Le film Titane de Julia Ducournau a obtenu la palme d’or à Cannes cette année. Beaucoup ont critiqué ce prix en parlant ironiquement de « palme gore » tant le film présente un univers sanglant dans lequel l’héroïne est une meurtrière violente à la Basic Instinct ou à la Kill Bill. Titane fait le portrait d’un monstre. Quelles sont les vertus du monstre dans l’art ?
« Merci d’avoir laissé entrer les monstres ». La cérémonie du 74e Festival de Cannes a consacré cette année Julia Ducournau pour son film Titane. C’est donc le genre du thriller horrifique qui est porté sur le devant de la scène cannoise puisque Titane fait le récit d’Alexia, une jeune femme à l’allure inhumaine, devenue « serial killeuse » après qu’on lui a implanté une cellule en titane au-dessus de l’oreille. Derrière l’effroi et le dégoût que provoque ce film, Titane propose une réflexion sur ce qu’est la monstruosité et sur ce qu’elle dit de l’homme.
Le monstre pour faire peur
Depuis l’Antiquité, le monstre est une figure narrative très utilisée qu’on retrouve dans les récits et dans l’art. La figure du monstre effraie autant qu’elle fascine en faisant naître de vives émotions chez le spectateur. « La monstruosité qui fait peur à certains et qui traverse mon travail, c’est une arme » dit Julia Ducournau. Un monstre est en effet une créature qu’on remarque et qu’on évite. Le mot « monstre » vient du latin monstrare qui signifie montrer. Un monstre est celui qu’on montre du doigt, qu’on regarde de loin sans oser l’approcher. Il fait peur et inspire la pitié. Par sa démesure ou sa difformité, il nous angoisse. Par sa solitude ou sa marginalité, il nous inquiète. Voir un monstre permet de se confronter à ses propres craintes et de nous faire réfléchir sur les raisons de ses craintes.

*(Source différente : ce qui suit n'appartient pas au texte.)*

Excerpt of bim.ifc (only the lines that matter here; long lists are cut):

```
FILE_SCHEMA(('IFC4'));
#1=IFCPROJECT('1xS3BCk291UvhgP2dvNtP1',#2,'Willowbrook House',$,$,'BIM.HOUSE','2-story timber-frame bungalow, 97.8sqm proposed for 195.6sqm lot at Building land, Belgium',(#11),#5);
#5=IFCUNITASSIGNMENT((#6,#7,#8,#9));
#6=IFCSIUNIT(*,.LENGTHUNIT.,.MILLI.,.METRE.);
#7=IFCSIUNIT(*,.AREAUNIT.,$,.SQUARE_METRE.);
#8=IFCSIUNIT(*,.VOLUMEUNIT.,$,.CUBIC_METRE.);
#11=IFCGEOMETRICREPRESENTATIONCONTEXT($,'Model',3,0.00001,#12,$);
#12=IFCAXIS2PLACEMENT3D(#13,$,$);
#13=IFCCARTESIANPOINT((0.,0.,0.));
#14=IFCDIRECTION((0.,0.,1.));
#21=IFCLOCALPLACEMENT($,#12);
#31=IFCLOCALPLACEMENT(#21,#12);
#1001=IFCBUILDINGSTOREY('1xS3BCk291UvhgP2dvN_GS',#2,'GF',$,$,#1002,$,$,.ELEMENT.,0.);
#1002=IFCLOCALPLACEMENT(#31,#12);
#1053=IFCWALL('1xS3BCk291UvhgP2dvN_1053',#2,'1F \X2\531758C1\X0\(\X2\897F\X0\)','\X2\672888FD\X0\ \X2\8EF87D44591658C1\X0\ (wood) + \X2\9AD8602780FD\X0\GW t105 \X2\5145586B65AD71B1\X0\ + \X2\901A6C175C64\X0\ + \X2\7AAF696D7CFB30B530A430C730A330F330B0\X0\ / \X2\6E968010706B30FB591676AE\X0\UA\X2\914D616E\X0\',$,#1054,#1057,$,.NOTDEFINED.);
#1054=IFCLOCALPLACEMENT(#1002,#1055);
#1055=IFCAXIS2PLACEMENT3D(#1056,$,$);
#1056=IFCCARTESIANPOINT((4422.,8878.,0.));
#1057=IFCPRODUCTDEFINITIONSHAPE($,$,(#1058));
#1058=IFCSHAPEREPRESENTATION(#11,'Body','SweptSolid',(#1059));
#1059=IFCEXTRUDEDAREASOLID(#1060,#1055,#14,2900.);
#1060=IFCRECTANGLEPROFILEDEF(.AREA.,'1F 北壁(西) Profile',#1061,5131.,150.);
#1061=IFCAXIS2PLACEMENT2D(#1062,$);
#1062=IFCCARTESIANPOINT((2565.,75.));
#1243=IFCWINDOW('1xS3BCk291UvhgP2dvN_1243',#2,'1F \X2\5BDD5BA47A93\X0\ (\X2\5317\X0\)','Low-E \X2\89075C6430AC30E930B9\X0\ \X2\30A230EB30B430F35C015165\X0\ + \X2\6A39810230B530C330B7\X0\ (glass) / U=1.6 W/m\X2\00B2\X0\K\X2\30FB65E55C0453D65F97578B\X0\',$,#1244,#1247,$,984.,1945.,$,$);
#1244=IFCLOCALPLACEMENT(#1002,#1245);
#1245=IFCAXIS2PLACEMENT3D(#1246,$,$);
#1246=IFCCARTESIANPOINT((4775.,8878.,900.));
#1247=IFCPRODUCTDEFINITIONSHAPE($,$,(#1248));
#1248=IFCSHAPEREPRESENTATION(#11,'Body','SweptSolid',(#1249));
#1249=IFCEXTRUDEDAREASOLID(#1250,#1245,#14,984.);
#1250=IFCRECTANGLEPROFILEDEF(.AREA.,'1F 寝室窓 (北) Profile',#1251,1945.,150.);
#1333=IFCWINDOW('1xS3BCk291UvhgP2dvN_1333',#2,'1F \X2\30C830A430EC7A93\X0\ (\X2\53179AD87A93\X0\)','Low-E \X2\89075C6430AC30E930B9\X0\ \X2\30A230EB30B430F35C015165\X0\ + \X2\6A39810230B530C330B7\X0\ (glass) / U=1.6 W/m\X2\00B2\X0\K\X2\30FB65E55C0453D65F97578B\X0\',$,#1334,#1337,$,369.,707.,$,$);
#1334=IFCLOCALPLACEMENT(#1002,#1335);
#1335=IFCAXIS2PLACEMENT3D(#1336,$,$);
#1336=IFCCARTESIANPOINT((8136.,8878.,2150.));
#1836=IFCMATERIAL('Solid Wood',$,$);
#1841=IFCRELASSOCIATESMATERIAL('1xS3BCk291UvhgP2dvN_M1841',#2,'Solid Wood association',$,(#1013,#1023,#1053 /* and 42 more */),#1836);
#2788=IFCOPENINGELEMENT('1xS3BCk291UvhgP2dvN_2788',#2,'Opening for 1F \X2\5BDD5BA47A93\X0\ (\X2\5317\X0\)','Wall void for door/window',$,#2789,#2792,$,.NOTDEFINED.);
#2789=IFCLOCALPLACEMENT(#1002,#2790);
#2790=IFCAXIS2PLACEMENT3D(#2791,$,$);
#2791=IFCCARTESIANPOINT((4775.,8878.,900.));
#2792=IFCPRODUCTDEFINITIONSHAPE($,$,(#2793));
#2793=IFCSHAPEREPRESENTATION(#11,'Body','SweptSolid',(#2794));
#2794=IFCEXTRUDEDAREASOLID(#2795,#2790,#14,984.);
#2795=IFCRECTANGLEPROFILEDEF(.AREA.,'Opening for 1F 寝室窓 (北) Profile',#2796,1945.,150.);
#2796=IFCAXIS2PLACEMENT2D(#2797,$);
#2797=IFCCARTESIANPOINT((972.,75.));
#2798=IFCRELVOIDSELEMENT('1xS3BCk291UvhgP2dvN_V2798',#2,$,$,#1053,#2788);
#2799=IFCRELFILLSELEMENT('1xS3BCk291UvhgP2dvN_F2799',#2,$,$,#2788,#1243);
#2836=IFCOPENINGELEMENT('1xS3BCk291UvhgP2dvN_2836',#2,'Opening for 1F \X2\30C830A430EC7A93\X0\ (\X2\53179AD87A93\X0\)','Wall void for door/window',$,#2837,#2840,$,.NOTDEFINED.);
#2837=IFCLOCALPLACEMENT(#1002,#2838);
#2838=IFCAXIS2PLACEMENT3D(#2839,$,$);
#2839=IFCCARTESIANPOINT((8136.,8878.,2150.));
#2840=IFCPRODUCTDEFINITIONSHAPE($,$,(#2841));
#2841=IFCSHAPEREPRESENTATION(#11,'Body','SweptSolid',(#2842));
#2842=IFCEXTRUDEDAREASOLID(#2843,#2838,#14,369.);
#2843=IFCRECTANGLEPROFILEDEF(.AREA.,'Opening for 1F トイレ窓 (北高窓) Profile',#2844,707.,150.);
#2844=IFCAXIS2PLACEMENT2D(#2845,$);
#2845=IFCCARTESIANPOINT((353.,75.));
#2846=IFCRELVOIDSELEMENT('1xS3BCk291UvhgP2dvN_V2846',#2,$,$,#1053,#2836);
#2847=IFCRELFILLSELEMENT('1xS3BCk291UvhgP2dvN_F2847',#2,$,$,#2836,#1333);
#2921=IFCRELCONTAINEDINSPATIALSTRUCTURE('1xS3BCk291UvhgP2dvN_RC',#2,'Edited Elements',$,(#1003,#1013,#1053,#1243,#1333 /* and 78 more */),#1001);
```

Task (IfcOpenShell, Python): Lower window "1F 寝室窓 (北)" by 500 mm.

```python
import numpy as np
import ifcopenshell
import ifcopenshell.api.geometry
import ifcopenshell.util.placement
import ifcopenshell.util.unit

model = ifcopenshell.open("bim.ifc")
unit_scale = ifcopenshell.util.unit.calculate_unit_scale(model)

window = model.by_guid("1xS3BCk291UvhgP2dvN_1243")
opening = window.FillsVoids[0].RelatingOpeningElement
dz = -500.0

shift = np.array([0.0, 0.0, dz])
# The window is not placed relative to its opening, so move both.
for product in (opening, window):
    matrix = ifcopenshell.util.placement.get_local_placement(product.ObjectPlacement)
    matrix[:3, 3] += shift
    ifcopenshell.api.geometry.edit_object_placement(model, product=product, matrix=matrix, is_si=False)

print(f"moved by {dz * unit_scale:+.3f} m")

model.write("bim_rev.ifc")
```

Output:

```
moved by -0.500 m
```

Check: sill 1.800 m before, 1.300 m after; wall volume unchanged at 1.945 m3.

Le monstre est une force à « repousser les murs de la normativité »
Mais Titane va plus loin que simplement chercher à effrayer le spectateur. La figure du monstre dans ce film permet de « repousser les murs de la normativité » selon la réalisatrice. Parce qu’il est différent, le monstre est souvent perçu comme bizarre ; c’est-à-dire que sa différence dérange, déplaît, car elle s’écarte des normes et des habitudes. Ainsi, quand Julia Ducournau remercie d’avoir laissé entrer les monstres, elle remercie d’avoir laissé entrer un peu de différence dans l’art. D’après Baudelaire, « le beau est toujours bizarre ». En ce sens, le bizarre n’est jamais banal et c’est en ça qu’il est beau. En laissant une place aux monstres dans l’art, on laisse une place au bizarre, au non banal et donc au beau. « Il y a tant de beauté, d’émotion et de liberté à trouver dans ce qu’on ne peut pas mettre dans une case » continue par dire Julia Ducournau : la réalisatrice semble vouloir nous dire que l’anomalie fait partie de la normalité, et qu’il faut avoir le courage de regarder les monstres plutôt que de les éviter.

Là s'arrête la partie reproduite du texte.